I’ve recently been trying to learn how to code with GPUs with FORTRAN. I’m using the HPC SDK nvfortran compiler compiling code on the Jetson Nano 2GB development kit. I would really appreciate getting some help with the errors I’ve been getting trying to run the following code (compiled with command nvfortran saxpy_gpu.f90):

module mathOps
  attributes(global) subroutine saxpy(x, y, a)
    implicit none
    real :: x(:), y(:)
    real, value :: a
    integer :: i, n
    n = size(x)
    i = blockDim%x * (blockIdx%x - 1) + threadIdx%x
    if (i <= n) y(i) = y(i) + a*x(i)
  end subroutine saxpy 
end module mathOps

program testSaxpy
  use mathOps
  use cudafor
  implicit none
  integer, parameter :: N = 40000
  real :: x(N), y(N), a
  real, device :: x_d(N), y_d(N)
  type(dim3) :: grid, tBlock

  tBlock = dim3(256,1,1)
  grid = dim3(ceiling(real(N)/tBlock%x),1,1)

  x = 1.0; y = 2.0; a = 2.0
  x_d = x
  y_d = y
  call saxpy<<<grid, tBlock>>>(x_d, y_d, a)
  y = y_d
  write(*,*) 'Max error: ', maxval(abs(y-4.0))
end program testSaxpy

The program compiles without any complaints, but after running, the program gives the wrong result. Running with cuda-memcheck produces the following output:

$ cuda-memcheck a.out
========= Program hit cudaErrorNoKernelImageForDevice (error 209) due to "no kernel image is available for execution on the device" on CUDA API call to cudaLaunchKernel. 
=========     Saved host backtrace up to driver entry point at error
=========     Host Frame:/usr/lib/aarch64-linux-gnu/tegra/libcuda.so.1 [0x2fdb04]
=========     Host Frame:/usr/local/cuda/lib64/libcudart.so.10.2 (cudaLaunchKernel + 0x1ac) [0x4b6a4]
=========     Host Frame:/opt/nvidia/hpc_sdk/Linux_aarch64/20.7/compilers/lib/libcudafor.so (__pgiLaunchKernel + 0x278) [0x89f80]
 Max error:     2.000000    
========= ERROR SUMMARY: 1 error

where max error should be 0.0.

I can compile and run matrixMul and simplePrintf sample nvcc programs on the Jetson Nano without issue (after following advice here to sudo chmod a+rw /dev/nvhost-dbg-gpu. I suspect it’s due to the use of attribute(global) subroutine as I can compile and run the simple device query program described here

I’m running:
Jetpack 4.6, with CUDA 10.2. HPC SDK 20.7 is installed.
nvfortran is run after loading the pre-made modulefile with CUDA_HOME=/usr/local/cuda and PATH and LD_LIBRARY_PATH to also point to /usr/local/cuda.

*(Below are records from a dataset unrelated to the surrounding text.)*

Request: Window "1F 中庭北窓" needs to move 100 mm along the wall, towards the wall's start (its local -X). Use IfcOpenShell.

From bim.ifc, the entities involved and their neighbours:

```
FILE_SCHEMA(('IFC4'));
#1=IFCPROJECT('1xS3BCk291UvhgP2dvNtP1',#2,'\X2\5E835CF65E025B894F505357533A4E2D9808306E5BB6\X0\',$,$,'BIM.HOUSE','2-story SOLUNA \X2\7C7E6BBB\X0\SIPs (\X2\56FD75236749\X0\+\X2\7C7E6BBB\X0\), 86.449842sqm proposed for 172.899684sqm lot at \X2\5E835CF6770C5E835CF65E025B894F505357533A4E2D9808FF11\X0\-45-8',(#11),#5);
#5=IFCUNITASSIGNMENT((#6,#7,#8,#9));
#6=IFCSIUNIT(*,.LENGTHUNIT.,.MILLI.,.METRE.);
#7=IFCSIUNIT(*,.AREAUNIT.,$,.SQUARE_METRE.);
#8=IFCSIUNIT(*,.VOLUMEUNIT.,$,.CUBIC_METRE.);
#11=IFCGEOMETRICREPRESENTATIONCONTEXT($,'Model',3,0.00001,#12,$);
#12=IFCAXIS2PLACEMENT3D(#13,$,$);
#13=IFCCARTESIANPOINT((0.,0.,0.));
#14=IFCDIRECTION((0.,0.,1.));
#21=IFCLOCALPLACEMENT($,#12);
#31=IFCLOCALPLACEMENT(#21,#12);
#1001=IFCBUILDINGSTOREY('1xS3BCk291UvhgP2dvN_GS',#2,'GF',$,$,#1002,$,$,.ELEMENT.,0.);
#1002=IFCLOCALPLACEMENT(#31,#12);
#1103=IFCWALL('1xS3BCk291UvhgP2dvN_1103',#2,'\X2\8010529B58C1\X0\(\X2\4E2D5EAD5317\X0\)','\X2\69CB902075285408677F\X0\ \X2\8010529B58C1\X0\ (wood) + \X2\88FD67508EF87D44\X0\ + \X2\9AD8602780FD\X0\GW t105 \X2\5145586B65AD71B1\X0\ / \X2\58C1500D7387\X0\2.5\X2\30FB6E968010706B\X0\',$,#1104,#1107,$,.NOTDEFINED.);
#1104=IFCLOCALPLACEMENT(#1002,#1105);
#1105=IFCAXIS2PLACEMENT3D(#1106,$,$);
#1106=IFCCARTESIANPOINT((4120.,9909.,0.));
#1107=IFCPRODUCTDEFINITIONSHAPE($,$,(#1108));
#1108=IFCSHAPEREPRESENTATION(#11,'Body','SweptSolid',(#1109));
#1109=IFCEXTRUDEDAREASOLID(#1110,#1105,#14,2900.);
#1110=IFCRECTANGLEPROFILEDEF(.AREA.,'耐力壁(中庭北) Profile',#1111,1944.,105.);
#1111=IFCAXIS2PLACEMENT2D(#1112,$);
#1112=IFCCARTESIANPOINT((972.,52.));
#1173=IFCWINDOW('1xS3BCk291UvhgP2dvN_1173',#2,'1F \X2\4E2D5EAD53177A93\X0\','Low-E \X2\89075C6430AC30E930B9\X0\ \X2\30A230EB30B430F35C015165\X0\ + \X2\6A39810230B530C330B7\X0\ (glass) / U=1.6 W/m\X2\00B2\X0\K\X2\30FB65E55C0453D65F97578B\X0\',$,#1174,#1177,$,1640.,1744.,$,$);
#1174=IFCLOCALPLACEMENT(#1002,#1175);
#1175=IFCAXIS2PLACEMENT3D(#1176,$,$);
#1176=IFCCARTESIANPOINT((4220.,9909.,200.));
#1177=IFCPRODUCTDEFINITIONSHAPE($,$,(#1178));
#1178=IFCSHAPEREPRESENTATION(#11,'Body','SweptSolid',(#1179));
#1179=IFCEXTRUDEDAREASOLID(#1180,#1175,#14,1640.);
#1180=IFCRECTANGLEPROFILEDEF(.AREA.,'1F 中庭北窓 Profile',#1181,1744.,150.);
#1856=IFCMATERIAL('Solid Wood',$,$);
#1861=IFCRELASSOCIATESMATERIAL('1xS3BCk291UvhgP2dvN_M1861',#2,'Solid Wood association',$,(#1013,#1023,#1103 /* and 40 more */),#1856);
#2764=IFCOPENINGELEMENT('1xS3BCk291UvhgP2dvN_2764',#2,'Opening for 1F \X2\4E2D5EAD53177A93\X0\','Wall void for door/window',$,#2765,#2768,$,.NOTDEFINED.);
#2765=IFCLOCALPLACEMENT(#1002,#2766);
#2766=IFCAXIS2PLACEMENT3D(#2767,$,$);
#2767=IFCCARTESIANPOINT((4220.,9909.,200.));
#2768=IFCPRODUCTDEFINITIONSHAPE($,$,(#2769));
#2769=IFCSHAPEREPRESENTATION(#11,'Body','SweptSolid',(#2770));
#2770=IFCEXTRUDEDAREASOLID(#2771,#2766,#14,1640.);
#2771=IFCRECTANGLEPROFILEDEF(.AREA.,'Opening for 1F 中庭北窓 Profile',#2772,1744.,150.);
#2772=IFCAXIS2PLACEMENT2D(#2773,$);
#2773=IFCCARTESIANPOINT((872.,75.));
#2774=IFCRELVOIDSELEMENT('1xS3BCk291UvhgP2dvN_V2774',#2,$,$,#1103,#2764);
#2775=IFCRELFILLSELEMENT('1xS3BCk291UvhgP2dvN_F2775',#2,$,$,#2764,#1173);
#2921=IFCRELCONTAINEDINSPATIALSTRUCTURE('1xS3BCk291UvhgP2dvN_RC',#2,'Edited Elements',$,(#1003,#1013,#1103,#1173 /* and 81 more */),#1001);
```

```python
import ifcopenshell
import ifcopenshell.api.geometry
import ifcopenshell.util.placement
import ifcopenshell.util.unit

model = ifcopenshell.open("bim.ifc")
unit_scale = ifcopenshell.util.unit.calculate_unit_scale(model)

window = model.by_guid("1xS3BCk291UvhgP2dvN_1173")
opening = window.FillsVoids[0].RelatingOpeningElement
wall = opening.VoidsElements[0].RelatingBuildingElement

wall_matrix = ifcopenshell.util.placement.get_local_placement(wall.ObjectPlacement)
shift = wall_matrix[:3, 0] * -0.1 / unit_scale
before = ifcopenshell.util.placement.get_local_placement(window.ObjectPlacement)[:3, 3].copy()

# The window is not placed relative to its opening, so move both.
for product in (opening, window):
    matrix = ifcopenshell.util.placement.get_local_placement(product.ObjectPlacement)
    matrix[:3, 3] += shift
    ifcopenshell.api.geometry.edit_object_placement(model, product=product, matrix=matrix, is_si=False)

after = ifcopenshell.util.placement.get_local_placement(window.ObjectPlacement)[:3, 3]
print("window moved by", (after - before).round(3) + 0.0)

model.write("bim_updated.ifc")
```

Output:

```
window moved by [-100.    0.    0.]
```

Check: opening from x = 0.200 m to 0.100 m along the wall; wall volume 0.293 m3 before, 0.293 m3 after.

Usually, the ’ no kernel image is available for execution’ is caused by compiling with the incorrect GPU architecture.
For Nano, the GPU architecture should be 5.3.

However, please note that the HPC compiler (NVC++, NVC, NVFORTRAN) doesn’t support the Jetson platform.


Hi AastaLLL,

I’m aware that nvcc has an option specifying the architecture, but the closest I found to specifying architecture for nvfortran is specifying compute capability with -gpu=cc50. Is this the right compiler option to be using? With the mentioned option, I get a warning that -gpu doesn’t do anything without additional language specific options.

Yeah I did gather on my googling journey that Jetson wasn’t supported. Do you know if support will ever come to it?

Nano GPU architecture should be sm=5.3.

$ nvcc -gencode arch=compute_53,code=sm_53 xxx.cu

Currently, we don’t have a concrete schedule to support nvfortran on Jetson.